FEBRUARY 14, 2000
Formula 1 in South Africa
Kyalami is also under pressure from a new facility named Phakisa Freeway which has been built with local government money near the Free State town of Welkom, 140 miles south of Johannesburg. This was created in an effort to promote a more active tourist industry in the old gold mining areas where there have been heavy job losses in recent years. Last year Phakisa won a five-year contract to host the South African Motorcycle Grand Prix and this year hopes to add NASCAR to its calendar.
The track is being overseen by Bobby Hartslief who was the promoter at Kyalami in the 1970s. "The owners at Kyalami need to face the sad reality that motor racing is a noisy sport and racetracks just don't exist in built-up areas," he said recently. "There will come a time when the value of the land will be more valuable than the return they get from motor racing."
It is not a coincidence that F1 Race Director and Safety Delegate Charlie Whiting recently visited Phakisa to check the safety standards at the track to see whether it can be used for F1 testing.

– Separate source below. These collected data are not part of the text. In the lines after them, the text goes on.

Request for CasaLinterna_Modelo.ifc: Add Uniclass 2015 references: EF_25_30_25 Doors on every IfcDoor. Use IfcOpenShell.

First a look at what the model holds.

```python
import ifcopenshell

model = ifcopenshell.open("CasaLinterna_Modelo.ifc")
print(model.schema)
print("classifications:", [c.Name for c in model.by_type("IfcClassification")])
for ifc_class in ("IfcDoor", "IfcRoof", "IfcStair", "IfcWall", "IfcWindow"):
    print(ifc_class, len(model.by_type(ifc_class)))
```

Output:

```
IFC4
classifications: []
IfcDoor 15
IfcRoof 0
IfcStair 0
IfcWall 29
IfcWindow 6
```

```python
import ifcopenshell
import ifcopenshell.api.classification

model = ifcopenshell.open("CasaLinterna_Modelo.ifc")

system = ifcopenshell.api.classification.add_classification(model, classification="Uniclass 2015")

codes = {
    "IfcDoor": ("EF_25_30_25", "Doors"),
}
for ifc_class, (code, name) in codes.items():
    products = model.by_type(ifc_class)
    ifcopenshell.api.classification.add_reference(
        model, products=products, classification=system, identification=code, name=name
    )
    print(code, len(products))

model.write("CasaLinterna_Modelo_edited.ifc")
```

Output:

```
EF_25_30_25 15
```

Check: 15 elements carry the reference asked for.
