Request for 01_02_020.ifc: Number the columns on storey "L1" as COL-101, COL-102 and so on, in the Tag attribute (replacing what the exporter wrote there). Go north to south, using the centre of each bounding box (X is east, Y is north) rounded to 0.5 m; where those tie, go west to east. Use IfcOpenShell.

First a look at what the model holds.

```python
import ifcopenshell
import ifcopenshell.util.element
import ifcopenshell.util.placement

model = ifcopenshell.open("01_02_020.ifc")
print(model.schema)
storey = next(s for s in model.by_type("IfcBuildingStorey") if s.Name == "L1")
columns = [e for e in ifcopenshell.util.element.get_decomposition(storey) if e.is_a("IfcColumn")]
for e in sorted(columns, key=lambda e: e.id()):
    origin = ifcopenshell.util.placement.get_local_placement(e.ObjectPlacement)[:3, 3]
    print(e.id(), e.Tag, e.Name, origin.round(2) + 0.0, sep=" | ")
```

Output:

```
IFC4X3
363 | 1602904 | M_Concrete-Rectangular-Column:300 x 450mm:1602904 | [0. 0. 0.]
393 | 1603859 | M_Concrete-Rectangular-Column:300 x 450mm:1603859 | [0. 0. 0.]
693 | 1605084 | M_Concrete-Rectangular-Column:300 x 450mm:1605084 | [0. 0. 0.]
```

```python
import ifcopenshell
import ifcopenshell.geom
import ifcopenshell.util.element
import ifcopenshell.util.shape

model = ifcopenshell.open("01_02_020.ifc")
settings = ifcopenshell.geom.settings()
settings.set("use-world-coords", True)


def centre(element):
    shape = ifcopenshell.geom.create_shape(settings, element)
    return ifcopenshell.util.shape.get_bbox_centroid(shape.geometry)


storey = next(s for s in model.by_type("IfcBuildingStorey") if s.Name == "L1")
columns = [e for e in ifcopenshell.util.element.get_decomposition(storey) if e.is_a("IfcColumn")]

# Insertion points can sit at a corner or the storey origin, so sort by the geometry (in metres).
centres = {e: centre(e) for e in columns}
columns.sort(key=lambda e: (-round(centres[e][1] / 0.5), centres[e][0]))

for i, e in enumerate(columns, start=1):
    number = f"COL-1{i:02d}"
    e.Tag = number
    print(e.id(), number)

model.write("01_02_020-out.ifc")
```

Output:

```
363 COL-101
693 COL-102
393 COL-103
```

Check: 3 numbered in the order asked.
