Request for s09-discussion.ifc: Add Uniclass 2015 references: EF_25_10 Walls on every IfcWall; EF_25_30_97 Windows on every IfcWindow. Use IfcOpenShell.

First a look at what the model holds.

```python
import ifcopenshell

model = ifcopenshell.open("s09-discussion.ifc")
print(model.schema)
print("classifications:", [c.Name for c in model.by_type("IfcClassification")])
for ifc_class in ("IfcDoor", "IfcRoof", "IfcStair", "IfcWall", "IfcWindow"):
    print(ifc_class, len(model.by_type(ifc_class)))
```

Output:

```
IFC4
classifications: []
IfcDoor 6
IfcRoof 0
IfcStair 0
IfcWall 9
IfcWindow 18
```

```python
import ifcopenshell
import ifcopenshell.api.classification

model = ifcopenshell.open("s09-discussion.ifc")

system = ifcopenshell.api.classification.add_classification(model, classification="Uniclass 2015")

codes = {
    "IfcWall": ("EF_25_10", "Walls"),
    "IfcWindow": ("EF_25_30_97", "Windows"),
}
for ifc_class, (code, name) in codes.items():
    products = model.by_type(ifc_class)
    ifcopenshell.api.classification.add_reference(
        model, products=products, classification=system, identification=code, name=name
    )
    print(code, len(products))

model.write("s09-discussion_rev.ifc")
```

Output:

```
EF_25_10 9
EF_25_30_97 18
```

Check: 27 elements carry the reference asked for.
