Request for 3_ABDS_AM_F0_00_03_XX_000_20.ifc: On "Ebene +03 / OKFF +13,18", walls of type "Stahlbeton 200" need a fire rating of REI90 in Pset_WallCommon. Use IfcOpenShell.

First a look at what the model holds.

```python
import ifcopenshell
import ifcopenshell.util.element

model = ifcopenshell.open("3_ABDS_AM_F0_00_03_XX_000_20.ifc")
print(model.schema)
storey = next(s for s in model.by_type("IfcBuildingStorey") if s.Name == "Ebene +03 / OKFF +13,18")
walls = [e for e in ifcopenshell.util.element.get_decomposition(storey) if e.is_a("IfcWall")]
seen = {}
for e in walls:
    element_type = ifcopenshell.util.element.get_type(e)
    key = (element_type.Name if element_type != e and element_type else None, ifcopenshell.util.element.get_pset(e, "Pset_WallCommon", "FireRating"))
    seen[key] = seen.get(key, 0) + 1
for (name, value), count in sorted(seen.items(), key=str):
    print(count, "x", name, "|", value)
```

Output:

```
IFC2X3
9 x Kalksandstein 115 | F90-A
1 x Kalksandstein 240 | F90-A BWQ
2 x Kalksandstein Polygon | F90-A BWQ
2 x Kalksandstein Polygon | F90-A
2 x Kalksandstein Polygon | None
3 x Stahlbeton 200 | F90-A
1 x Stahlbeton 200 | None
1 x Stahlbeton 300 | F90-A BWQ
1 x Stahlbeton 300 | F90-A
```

```python
import ifcopenshell
import ifcopenshell.api.pset
import ifcopenshell.util.element

model = ifcopenshell.open("3_ABDS_AM_F0_00_03_XX_000_20.ifc")

storey = next(s for s in model.by_type("IfcBuildingStorey") if s.Name == "Ebene +03 / OKFF +13,18")
walls = [e for e in ifcopenshell.util.element.get_decomposition(storey) if e.is_a("IfcWall")]

count = 0
for e in walls:
    element_type = ifcopenshell.util.element.get_type(e)
    if element_type in (None, e) or element_type.Name != "Stahlbeton 200":
        continue
    # add_pset returns the element's existing set when there is one.
    pset = ifcopenshell.api.pset.add_pset(model, product=e, name="Pset_WallCommon")
    ifcopenshell.api.pset.edit_pset(model, pset=pset, properties={"FireRating": "REI90"})
    count += 1

print(count, "walls updated")

model.write("3_ABDS_AM_F0_00_03_XX_000_20-out.ifc")
```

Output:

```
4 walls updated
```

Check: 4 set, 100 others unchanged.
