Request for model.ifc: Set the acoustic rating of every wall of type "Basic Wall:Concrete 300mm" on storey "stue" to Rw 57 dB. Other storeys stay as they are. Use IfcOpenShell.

First a look at what the model holds.

```python
import ifcopenshell
import ifcopenshell.util.element

model = ifcopenshell.open("model.ifc")
print(model.schema)
storey = next(s for s in model.by_type("IfcBuildingStorey") if s.Name == "stue")
walls = [e for e in ifcopenshell.util.element.get_decomposition(storey) if e.is_a("IfcWall")]
seen = {}
for e in walls:
    element_type = ifcopenshell.util.element.get_type(e)
    key = (element_type.Name if element_type != e and element_type else None, ifcopenshell.util.element.get_pset(e, "Pset_WallCommon", "AcousticRating"))
    seen[key] = seen.get(key, 0) + 1
for (name, value), count in sorted(seen.items(), key=str):
    print(count, "x", name, "|", value)
```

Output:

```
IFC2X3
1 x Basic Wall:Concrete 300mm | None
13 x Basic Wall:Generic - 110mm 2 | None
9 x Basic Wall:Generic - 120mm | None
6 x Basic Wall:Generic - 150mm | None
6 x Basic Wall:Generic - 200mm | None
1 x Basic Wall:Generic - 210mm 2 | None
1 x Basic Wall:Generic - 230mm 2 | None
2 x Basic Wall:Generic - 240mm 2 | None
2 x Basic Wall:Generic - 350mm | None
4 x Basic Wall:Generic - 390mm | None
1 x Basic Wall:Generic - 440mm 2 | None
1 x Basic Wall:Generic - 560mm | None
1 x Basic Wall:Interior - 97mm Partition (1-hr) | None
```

```python
import ifcopenshell
import ifcopenshell.api.pset
import ifcopenshell.util.element

model = ifcopenshell.open("model.ifc")

storey = next(s for s in model.by_type("IfcBuildingStorey") if s.Name == "stue")
walls = [e for e in ifcopenshell.util.element.get_decomposition(storey) if e.is_a("IfcWall")]

count = 0
for e in walls:
    element_type = ifcopenshell.util.element.get_type(e)
    if element_type in (None, e) or element_type.Name != "Basic Wall:Concrete 300mm":
        continue
    # add_pset returns the element's existing set when there is one.
    pset = ifcopenshell.api.pset.add_pset(model, product=e, name="Pset_WallCommon")
    ifcopenshell.api.pset.edit_pset(model, pset=pset, properties={"AcousticRating": "Rw 57 dB"})
    count += 1

print(count, "walls updated")

model.write("model_rev.ifc")
```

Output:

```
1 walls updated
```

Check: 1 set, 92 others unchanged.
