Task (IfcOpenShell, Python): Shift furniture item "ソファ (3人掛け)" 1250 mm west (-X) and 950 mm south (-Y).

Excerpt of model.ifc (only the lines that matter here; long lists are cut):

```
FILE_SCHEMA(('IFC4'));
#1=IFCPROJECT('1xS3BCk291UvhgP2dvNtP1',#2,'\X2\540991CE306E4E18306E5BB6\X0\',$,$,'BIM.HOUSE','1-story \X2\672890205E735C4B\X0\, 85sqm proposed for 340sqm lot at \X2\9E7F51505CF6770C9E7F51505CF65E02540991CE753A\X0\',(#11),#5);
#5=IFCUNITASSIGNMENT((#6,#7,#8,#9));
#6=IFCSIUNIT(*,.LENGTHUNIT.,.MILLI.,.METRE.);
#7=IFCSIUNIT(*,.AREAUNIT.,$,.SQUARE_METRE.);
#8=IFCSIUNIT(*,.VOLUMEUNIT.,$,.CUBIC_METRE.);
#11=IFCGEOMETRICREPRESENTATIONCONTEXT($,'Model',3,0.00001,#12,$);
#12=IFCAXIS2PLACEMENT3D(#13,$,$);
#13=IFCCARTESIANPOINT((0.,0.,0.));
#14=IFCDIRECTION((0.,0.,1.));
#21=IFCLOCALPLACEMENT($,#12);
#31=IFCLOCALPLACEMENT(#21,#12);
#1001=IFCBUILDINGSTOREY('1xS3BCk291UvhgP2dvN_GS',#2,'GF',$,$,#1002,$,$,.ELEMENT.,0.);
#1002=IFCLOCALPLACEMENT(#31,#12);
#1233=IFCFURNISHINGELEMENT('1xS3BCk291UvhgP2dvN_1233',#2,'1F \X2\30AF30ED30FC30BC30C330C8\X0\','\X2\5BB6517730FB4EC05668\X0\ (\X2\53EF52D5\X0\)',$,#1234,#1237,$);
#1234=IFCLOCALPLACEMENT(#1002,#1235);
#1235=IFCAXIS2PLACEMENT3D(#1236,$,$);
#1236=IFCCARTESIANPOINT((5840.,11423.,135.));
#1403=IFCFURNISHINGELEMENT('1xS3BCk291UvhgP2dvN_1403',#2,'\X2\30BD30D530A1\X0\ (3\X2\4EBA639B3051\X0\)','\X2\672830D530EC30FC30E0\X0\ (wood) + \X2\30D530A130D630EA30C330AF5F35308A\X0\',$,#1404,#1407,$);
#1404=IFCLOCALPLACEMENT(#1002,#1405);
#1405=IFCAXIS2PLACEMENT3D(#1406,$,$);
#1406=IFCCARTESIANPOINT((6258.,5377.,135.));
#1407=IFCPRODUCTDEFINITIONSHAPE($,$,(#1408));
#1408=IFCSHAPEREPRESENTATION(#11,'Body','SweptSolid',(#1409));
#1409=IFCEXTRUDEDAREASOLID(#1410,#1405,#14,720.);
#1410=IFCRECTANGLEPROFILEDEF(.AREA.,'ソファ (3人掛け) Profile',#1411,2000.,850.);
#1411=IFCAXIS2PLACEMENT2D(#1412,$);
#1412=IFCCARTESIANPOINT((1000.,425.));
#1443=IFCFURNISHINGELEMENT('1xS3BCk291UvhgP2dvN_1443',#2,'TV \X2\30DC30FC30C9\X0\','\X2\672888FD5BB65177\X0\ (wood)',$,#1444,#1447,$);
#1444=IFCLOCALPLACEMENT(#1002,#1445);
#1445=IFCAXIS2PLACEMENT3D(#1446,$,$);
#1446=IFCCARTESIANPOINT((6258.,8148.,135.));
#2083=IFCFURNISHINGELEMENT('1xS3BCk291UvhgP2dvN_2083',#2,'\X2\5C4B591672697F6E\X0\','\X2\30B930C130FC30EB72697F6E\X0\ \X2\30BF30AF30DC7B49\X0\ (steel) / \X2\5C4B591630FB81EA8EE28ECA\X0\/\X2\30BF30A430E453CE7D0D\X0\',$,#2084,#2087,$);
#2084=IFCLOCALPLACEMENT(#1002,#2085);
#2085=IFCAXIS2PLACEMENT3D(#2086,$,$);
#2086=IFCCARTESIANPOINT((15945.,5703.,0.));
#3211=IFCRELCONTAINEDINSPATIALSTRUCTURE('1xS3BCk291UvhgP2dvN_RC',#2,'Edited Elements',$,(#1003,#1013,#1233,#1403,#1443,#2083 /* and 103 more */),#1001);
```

```python
import ifcopenshell
import ifcopenshell.api.geometry
import ifcopenshell.util.placement

model = ifcopenshell.open("model.ifc")

item = model.by_id(1403)
matrix = ifcopenshell.util.placement.get_local_placement(item.ObjectPlacement)
matrix[0, 3] -= 1250.0
matrix[1, 3] -= 950.0
ifcopenshell.api.geometry.edit_object_placement(model, product=item, matrix=matrix, is_si=False)

print(ifcopenshell.util.placement.get_local_placement(item.ObjectPlacement).round(3) + 0.0)

model.write("model_edited.ifc")
```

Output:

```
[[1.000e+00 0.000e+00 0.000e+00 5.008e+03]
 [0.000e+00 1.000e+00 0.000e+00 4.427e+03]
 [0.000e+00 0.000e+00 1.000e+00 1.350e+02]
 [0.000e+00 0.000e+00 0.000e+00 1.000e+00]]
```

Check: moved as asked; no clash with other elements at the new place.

There is little doubt that the Automobile Association of South Africa - the owner of Kyalami - realizes that it is fighting a losing battle. AASA president Selwyn Nathan has reportedly proposed that a future South African GP could switch between Kyalami and Phakisa.
The South African government would love to get Grand Prix racing back but is not keen to pay for it. The country needs more foreign investment and F1 could help that happen in the long term.
Interest in F1 in South Africa has also been increased by the fact that Jody Scheckter's son Tomas has shown well in European racing and has just signed for Paul Stewart Racing in the British Formula 3 Championship. He is expected to test for the Jaguar Racing F1 team later this year.